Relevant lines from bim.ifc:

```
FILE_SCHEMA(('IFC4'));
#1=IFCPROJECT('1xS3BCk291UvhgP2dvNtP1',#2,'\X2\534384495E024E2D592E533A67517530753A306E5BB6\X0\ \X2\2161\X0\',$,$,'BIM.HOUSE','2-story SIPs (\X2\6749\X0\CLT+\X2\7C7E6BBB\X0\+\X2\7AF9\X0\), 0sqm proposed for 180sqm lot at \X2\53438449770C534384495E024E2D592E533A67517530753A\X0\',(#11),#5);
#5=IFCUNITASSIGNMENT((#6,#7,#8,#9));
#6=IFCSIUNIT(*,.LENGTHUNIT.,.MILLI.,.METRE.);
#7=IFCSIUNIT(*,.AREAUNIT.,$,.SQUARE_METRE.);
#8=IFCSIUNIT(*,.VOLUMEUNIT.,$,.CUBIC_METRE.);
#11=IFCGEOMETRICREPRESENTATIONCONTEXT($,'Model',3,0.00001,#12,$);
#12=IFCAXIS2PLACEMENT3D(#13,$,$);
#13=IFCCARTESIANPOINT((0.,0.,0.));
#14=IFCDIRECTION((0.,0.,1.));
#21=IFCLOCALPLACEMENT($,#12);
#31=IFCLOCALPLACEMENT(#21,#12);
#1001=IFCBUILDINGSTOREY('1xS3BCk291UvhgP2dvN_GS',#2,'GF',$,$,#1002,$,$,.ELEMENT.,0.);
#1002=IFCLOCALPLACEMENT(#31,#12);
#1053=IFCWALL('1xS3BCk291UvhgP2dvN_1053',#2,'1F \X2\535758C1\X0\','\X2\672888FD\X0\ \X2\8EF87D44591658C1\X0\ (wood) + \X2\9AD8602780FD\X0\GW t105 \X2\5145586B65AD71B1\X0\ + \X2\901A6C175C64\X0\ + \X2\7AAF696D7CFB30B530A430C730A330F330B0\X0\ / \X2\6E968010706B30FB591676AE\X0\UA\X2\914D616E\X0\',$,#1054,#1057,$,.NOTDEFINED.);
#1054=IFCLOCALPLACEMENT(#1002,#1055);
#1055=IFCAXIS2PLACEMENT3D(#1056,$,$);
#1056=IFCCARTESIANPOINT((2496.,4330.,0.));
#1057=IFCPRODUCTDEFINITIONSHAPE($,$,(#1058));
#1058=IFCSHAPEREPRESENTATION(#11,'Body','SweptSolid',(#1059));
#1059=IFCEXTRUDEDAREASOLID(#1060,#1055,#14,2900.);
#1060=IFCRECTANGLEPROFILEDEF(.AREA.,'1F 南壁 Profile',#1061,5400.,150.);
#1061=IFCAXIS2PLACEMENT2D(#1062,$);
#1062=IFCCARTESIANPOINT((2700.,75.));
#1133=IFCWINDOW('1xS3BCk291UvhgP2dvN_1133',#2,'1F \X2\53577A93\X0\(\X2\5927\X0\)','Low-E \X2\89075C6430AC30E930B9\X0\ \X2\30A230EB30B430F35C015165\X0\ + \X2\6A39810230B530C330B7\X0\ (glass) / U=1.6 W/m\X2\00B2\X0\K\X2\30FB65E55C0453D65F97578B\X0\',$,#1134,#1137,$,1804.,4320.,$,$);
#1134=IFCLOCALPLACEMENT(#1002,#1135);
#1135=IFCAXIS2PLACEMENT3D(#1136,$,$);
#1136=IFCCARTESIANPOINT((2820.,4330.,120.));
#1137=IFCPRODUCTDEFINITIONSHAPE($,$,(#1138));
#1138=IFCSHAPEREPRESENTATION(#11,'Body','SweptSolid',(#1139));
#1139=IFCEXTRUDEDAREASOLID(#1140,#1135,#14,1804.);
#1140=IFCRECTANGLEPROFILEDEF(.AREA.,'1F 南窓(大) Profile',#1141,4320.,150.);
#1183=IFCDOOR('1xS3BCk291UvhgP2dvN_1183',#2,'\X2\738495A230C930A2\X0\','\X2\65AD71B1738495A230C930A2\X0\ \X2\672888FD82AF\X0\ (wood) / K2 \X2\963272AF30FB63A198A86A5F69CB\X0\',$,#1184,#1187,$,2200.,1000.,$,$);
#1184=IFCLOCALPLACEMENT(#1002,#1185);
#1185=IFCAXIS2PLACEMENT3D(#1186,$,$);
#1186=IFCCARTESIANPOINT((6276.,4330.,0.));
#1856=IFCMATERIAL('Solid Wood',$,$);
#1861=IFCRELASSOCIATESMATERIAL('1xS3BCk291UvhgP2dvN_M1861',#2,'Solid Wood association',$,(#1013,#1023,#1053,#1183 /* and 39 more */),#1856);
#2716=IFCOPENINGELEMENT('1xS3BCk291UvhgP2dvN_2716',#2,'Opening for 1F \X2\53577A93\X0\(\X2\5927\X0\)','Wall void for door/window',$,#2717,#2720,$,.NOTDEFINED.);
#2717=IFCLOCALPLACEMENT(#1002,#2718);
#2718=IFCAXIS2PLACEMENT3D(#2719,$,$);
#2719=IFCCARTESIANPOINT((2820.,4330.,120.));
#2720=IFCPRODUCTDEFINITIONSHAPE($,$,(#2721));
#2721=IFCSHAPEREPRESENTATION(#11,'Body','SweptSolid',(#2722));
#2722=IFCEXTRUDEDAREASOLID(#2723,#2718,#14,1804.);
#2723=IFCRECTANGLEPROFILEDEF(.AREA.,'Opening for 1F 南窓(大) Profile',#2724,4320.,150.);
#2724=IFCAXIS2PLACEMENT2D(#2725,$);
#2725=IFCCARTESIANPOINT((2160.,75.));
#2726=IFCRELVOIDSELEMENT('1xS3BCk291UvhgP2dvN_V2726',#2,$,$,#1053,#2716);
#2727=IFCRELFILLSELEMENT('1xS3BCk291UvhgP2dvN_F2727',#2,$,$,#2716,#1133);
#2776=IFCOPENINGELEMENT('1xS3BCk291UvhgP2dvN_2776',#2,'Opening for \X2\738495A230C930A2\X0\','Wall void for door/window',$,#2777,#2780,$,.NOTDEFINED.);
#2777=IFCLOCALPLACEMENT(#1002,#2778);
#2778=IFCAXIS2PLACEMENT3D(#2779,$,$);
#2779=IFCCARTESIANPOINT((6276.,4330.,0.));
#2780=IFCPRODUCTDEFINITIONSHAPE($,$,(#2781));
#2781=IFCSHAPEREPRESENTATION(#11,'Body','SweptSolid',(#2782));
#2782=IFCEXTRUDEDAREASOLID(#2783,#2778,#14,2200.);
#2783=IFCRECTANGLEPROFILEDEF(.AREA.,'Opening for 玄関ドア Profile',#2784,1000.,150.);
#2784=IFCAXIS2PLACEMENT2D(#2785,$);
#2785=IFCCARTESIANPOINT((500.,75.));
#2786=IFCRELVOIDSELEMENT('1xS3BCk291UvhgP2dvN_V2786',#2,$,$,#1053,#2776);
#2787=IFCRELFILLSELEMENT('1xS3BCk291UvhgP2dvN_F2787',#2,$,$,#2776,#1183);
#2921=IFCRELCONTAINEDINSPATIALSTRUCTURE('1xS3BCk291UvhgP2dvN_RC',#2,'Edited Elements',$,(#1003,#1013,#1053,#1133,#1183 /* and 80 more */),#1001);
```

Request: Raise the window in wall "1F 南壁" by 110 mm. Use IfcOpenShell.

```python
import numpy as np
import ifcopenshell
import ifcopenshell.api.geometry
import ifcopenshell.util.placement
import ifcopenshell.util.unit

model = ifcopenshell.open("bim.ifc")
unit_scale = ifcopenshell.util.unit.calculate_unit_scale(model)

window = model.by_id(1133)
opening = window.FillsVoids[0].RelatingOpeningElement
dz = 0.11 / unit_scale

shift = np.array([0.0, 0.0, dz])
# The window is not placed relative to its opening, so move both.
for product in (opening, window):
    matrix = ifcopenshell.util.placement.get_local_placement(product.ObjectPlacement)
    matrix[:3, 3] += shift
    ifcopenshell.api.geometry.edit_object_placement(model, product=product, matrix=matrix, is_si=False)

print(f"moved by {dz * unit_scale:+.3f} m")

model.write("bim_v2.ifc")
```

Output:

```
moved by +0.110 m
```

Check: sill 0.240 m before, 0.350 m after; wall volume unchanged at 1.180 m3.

Work to complete — Copy each line of the listing in which the word "IFCRELFILLSELEMENT" can be found.

Answer section —
#2727=IFCRELFILLSELEMENT('1xS3BCk291UvhgP2dvN_F2727',#2,$,$,#2716,#1133);
#2787=IFCRELFILLSELEMENT('1xS3BCk291UvhgP2dvN_F2787',#2,$,$,#2776,#1183);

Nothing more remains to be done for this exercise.